PROBLEM DESCRIPTION =
Where a line below holds the string "Category", copy that line.

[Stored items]

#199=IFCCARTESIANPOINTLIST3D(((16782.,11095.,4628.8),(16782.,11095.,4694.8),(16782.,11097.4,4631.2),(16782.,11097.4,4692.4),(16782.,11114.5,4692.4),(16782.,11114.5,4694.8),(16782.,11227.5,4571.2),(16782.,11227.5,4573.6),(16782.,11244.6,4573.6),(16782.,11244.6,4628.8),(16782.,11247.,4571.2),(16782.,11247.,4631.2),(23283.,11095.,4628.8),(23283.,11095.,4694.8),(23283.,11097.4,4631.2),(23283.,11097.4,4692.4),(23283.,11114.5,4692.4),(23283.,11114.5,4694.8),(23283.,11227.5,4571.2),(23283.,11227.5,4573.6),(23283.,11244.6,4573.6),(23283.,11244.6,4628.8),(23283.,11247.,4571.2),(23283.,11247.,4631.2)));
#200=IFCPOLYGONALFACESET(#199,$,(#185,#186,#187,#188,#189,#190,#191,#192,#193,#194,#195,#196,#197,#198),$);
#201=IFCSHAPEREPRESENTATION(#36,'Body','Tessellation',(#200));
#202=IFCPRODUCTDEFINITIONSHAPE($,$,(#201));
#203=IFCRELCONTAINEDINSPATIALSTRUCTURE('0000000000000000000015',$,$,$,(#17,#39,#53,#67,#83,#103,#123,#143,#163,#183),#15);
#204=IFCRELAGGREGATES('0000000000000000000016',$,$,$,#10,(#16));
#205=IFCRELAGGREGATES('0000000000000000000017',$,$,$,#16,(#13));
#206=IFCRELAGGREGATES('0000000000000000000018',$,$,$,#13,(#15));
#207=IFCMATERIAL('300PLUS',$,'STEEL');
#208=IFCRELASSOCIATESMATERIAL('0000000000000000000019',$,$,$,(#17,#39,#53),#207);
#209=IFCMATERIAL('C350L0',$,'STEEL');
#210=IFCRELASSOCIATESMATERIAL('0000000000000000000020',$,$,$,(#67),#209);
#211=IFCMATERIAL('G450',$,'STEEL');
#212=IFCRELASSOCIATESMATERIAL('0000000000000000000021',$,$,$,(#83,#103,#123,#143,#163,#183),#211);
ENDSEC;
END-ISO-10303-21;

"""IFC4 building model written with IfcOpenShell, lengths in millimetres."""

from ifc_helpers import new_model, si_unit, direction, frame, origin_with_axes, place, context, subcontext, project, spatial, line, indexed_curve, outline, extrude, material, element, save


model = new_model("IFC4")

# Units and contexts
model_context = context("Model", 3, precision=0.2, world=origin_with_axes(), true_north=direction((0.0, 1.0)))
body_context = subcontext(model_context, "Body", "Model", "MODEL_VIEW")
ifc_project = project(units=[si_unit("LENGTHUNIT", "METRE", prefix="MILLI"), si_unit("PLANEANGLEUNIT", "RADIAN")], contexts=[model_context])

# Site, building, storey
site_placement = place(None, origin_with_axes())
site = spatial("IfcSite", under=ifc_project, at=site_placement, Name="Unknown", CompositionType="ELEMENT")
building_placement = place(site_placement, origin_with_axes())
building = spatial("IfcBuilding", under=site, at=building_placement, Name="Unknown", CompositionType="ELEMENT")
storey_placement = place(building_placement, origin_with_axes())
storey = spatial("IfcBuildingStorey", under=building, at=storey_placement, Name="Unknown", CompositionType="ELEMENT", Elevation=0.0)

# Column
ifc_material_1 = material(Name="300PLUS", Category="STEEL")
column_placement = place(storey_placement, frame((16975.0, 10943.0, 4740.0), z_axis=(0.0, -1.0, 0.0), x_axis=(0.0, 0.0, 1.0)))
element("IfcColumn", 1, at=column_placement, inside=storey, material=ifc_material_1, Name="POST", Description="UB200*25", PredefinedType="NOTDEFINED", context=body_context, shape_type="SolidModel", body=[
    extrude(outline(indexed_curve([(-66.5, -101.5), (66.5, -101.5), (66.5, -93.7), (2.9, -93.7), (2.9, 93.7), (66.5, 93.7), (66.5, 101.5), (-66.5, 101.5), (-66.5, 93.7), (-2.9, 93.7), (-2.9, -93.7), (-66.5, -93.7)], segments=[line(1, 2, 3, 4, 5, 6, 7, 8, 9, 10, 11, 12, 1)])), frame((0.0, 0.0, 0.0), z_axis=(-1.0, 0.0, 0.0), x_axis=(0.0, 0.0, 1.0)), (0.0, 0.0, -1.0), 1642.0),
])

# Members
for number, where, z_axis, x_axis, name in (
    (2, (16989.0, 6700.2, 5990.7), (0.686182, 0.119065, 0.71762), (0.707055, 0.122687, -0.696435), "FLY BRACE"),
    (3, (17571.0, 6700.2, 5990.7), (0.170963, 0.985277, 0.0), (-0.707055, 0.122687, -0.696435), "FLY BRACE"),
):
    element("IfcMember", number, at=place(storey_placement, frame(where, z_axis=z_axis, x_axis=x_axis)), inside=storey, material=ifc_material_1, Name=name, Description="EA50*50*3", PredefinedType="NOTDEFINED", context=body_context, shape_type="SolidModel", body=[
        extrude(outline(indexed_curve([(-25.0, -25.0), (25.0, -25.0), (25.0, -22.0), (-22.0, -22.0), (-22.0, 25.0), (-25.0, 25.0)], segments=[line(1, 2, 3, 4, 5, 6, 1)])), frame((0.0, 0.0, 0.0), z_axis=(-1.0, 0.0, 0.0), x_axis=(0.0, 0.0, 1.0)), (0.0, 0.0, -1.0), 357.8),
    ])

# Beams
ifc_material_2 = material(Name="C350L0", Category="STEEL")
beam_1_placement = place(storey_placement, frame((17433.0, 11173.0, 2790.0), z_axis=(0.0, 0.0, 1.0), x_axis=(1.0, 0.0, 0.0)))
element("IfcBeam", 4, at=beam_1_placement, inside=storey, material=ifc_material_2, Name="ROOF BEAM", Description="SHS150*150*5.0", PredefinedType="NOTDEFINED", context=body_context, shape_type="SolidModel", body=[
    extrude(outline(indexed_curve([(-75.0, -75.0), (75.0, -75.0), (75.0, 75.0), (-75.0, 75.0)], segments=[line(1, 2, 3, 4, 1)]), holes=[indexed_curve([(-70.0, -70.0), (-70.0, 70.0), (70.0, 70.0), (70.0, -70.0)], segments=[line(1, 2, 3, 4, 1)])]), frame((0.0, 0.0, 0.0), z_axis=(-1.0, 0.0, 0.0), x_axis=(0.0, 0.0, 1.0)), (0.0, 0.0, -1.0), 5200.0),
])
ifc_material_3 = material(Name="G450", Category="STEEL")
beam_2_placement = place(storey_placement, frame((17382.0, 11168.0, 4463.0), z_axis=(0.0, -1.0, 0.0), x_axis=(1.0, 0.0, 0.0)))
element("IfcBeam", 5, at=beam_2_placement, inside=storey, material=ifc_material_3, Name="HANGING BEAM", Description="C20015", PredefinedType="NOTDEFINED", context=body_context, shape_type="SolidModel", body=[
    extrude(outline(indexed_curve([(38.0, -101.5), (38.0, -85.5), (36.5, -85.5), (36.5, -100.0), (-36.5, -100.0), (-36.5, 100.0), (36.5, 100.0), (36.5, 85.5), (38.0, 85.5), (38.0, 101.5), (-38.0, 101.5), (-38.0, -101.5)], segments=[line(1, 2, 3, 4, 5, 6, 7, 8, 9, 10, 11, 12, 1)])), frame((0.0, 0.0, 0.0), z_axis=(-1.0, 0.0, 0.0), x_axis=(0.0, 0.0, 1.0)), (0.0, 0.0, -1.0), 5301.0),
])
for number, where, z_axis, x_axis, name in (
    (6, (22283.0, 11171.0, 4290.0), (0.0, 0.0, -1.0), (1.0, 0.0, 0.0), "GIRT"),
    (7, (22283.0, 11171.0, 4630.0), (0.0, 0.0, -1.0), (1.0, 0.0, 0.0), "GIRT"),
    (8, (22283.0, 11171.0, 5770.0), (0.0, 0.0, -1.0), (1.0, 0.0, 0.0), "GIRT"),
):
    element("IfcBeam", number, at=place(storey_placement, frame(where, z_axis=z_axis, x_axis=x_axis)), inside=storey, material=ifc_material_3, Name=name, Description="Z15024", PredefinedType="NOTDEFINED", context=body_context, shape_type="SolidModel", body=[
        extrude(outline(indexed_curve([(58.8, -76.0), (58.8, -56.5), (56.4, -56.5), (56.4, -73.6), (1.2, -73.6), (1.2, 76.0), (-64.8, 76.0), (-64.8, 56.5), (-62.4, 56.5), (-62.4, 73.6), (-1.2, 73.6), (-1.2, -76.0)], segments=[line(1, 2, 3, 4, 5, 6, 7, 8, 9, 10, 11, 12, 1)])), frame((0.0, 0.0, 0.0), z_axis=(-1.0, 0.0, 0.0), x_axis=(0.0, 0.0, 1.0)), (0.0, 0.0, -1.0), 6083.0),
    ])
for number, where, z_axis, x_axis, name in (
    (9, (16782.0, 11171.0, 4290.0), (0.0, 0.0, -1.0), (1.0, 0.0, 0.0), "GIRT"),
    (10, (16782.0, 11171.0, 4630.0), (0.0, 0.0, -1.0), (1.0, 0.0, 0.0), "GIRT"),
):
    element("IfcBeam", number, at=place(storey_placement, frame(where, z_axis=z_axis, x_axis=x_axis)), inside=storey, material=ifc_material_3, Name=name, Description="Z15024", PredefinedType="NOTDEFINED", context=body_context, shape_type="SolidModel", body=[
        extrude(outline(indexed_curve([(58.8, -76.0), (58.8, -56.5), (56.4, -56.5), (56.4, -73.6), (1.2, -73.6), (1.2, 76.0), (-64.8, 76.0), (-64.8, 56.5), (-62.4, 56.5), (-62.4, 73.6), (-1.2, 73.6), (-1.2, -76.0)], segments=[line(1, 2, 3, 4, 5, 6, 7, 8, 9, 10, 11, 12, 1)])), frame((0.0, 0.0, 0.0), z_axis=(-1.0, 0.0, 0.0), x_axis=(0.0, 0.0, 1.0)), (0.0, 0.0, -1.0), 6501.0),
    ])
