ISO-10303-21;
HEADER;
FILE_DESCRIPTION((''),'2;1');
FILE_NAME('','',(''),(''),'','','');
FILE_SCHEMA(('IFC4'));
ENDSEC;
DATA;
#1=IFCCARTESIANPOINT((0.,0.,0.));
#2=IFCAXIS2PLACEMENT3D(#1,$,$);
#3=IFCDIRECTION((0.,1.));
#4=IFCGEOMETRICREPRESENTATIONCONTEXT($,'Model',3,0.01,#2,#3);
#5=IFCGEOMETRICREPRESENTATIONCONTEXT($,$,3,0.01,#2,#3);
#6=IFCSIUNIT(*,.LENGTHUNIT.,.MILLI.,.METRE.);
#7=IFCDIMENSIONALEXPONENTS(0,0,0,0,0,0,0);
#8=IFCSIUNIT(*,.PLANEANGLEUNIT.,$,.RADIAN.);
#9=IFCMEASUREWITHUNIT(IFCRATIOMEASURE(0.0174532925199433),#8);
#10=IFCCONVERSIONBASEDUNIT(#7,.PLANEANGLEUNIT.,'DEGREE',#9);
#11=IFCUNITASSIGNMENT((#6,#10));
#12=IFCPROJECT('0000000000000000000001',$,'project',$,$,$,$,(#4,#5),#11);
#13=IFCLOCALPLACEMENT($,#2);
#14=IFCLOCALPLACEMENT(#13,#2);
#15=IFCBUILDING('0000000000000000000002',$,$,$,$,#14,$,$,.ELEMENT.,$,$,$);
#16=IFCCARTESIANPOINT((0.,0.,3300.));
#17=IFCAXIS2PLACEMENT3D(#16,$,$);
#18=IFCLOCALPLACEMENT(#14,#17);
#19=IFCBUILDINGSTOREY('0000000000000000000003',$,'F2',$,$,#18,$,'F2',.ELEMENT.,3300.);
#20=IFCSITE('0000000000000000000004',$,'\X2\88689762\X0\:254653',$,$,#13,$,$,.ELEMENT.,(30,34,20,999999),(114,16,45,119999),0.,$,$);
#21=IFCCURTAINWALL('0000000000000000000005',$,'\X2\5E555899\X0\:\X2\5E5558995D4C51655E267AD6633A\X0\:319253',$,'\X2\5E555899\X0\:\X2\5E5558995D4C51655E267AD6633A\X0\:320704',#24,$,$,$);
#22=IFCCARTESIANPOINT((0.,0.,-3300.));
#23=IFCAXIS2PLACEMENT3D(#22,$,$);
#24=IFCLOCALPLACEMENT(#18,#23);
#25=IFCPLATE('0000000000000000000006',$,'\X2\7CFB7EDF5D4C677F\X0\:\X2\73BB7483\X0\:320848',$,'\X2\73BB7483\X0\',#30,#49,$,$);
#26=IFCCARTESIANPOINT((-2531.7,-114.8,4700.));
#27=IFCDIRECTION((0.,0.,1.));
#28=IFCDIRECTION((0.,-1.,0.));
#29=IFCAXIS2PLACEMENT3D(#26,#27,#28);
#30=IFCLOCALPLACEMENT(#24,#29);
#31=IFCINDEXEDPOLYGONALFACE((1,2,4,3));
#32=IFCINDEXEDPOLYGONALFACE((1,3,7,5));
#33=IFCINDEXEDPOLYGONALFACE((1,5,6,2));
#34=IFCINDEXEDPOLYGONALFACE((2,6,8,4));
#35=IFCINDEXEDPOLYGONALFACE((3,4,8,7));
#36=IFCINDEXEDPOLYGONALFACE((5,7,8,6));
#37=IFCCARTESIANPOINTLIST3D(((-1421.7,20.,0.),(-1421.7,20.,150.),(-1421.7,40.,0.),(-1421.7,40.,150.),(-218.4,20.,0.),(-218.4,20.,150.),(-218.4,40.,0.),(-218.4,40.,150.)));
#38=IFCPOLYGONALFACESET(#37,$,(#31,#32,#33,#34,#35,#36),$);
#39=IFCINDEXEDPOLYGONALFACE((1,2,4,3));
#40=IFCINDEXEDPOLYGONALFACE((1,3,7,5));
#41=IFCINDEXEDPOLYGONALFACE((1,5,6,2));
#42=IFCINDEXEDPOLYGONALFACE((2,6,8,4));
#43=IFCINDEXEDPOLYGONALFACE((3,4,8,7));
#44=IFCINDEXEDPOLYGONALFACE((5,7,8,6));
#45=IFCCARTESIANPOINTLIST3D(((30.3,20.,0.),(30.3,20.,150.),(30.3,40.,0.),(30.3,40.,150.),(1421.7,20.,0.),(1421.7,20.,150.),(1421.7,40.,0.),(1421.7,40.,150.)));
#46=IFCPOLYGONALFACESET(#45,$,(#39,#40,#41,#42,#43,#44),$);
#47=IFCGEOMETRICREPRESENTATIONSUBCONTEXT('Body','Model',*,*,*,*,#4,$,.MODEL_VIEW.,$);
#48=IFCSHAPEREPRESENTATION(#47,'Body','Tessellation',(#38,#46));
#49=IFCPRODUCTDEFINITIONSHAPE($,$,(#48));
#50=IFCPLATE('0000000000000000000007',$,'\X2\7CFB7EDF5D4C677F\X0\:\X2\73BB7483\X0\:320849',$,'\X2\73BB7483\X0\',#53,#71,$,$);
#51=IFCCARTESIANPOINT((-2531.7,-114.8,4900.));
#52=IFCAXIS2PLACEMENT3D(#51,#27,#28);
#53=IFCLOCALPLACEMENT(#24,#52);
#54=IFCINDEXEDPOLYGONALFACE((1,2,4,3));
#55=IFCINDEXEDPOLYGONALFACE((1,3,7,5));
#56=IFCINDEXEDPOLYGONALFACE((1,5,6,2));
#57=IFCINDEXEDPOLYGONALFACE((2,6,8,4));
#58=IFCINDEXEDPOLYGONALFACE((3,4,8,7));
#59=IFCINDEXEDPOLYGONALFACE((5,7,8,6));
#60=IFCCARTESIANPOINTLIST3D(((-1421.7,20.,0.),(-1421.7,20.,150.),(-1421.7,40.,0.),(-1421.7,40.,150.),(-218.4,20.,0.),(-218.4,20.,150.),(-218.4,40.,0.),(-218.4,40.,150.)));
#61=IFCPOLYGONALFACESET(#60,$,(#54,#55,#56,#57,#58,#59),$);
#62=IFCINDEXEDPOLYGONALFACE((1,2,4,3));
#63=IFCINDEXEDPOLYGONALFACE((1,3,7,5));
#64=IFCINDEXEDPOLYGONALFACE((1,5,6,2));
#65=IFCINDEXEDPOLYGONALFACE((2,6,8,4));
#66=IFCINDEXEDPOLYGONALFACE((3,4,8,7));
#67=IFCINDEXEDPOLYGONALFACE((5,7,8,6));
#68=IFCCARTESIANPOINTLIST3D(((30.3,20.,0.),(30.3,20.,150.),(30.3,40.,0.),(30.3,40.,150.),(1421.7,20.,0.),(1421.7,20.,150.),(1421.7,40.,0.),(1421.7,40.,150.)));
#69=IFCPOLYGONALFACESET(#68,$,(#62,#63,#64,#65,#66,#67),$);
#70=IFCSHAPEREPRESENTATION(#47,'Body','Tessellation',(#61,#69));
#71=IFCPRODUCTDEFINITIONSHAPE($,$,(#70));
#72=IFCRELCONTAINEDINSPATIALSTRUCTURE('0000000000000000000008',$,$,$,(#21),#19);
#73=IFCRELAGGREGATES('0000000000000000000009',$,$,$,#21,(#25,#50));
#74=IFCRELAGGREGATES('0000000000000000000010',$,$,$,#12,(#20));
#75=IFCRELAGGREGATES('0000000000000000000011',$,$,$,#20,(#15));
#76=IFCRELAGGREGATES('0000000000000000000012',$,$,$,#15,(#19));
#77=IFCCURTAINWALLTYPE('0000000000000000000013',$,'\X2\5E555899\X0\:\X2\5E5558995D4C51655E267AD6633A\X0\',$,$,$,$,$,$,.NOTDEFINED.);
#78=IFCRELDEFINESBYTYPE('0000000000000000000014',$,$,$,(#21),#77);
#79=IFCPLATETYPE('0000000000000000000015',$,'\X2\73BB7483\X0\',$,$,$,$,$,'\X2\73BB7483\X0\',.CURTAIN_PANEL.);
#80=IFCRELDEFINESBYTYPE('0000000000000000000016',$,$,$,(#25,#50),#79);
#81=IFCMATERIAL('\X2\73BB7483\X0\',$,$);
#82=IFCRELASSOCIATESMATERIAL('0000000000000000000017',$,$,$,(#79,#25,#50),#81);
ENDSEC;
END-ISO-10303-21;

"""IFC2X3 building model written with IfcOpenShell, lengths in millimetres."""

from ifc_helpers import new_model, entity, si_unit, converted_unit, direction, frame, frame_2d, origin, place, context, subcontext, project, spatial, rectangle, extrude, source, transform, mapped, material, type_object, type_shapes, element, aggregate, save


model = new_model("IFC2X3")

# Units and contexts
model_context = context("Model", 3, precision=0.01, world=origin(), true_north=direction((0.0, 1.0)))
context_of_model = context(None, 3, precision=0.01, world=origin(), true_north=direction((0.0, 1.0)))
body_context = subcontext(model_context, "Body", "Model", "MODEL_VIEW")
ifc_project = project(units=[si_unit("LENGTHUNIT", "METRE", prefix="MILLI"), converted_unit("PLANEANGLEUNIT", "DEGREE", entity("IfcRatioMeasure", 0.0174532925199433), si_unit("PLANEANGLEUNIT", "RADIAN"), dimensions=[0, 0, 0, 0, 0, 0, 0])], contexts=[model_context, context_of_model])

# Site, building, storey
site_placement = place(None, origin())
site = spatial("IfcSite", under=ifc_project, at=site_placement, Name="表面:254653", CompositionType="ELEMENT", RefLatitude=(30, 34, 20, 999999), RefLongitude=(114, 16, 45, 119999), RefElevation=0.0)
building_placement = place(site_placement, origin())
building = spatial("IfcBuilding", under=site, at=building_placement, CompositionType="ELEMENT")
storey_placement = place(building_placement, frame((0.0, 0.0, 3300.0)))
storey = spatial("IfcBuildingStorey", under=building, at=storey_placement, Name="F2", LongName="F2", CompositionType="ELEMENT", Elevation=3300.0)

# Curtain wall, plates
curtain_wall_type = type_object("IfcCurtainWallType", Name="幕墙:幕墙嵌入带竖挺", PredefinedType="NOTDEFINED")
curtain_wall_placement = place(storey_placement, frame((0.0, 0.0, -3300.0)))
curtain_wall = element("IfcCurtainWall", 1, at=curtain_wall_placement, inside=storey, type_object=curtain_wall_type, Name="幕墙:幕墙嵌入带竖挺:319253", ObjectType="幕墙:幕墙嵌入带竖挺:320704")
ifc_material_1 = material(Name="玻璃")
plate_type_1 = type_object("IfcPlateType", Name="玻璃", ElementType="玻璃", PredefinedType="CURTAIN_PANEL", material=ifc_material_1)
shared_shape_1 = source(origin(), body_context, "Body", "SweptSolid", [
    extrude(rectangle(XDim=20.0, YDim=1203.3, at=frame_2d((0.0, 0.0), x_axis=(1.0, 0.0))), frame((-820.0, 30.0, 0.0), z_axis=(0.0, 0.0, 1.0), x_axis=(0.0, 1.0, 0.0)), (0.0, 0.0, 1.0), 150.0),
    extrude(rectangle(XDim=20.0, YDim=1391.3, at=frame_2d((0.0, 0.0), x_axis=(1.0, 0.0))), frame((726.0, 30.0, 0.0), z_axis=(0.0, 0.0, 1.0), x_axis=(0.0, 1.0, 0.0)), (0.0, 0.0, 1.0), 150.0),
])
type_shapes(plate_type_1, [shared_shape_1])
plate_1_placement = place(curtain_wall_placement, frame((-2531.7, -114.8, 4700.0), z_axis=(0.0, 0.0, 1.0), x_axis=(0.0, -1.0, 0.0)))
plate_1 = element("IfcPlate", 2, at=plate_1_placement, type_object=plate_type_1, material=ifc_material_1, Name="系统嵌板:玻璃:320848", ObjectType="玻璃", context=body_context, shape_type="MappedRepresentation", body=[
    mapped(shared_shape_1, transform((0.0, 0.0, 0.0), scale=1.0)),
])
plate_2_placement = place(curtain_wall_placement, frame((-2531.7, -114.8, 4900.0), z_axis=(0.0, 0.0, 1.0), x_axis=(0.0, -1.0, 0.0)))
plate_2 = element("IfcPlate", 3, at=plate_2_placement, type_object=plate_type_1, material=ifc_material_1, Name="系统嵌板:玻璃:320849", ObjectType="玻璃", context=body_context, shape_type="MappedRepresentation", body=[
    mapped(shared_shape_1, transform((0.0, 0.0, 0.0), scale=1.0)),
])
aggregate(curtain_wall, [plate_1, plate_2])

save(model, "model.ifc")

SOLUTION =
ifc_material_1 = material(Name="300PLUS", Category="STEEL")
ifc_material_2 = material(Name="C350L0", Category="STEEL")
ifc_material_3 = material(Name="G450", Category="STEEL")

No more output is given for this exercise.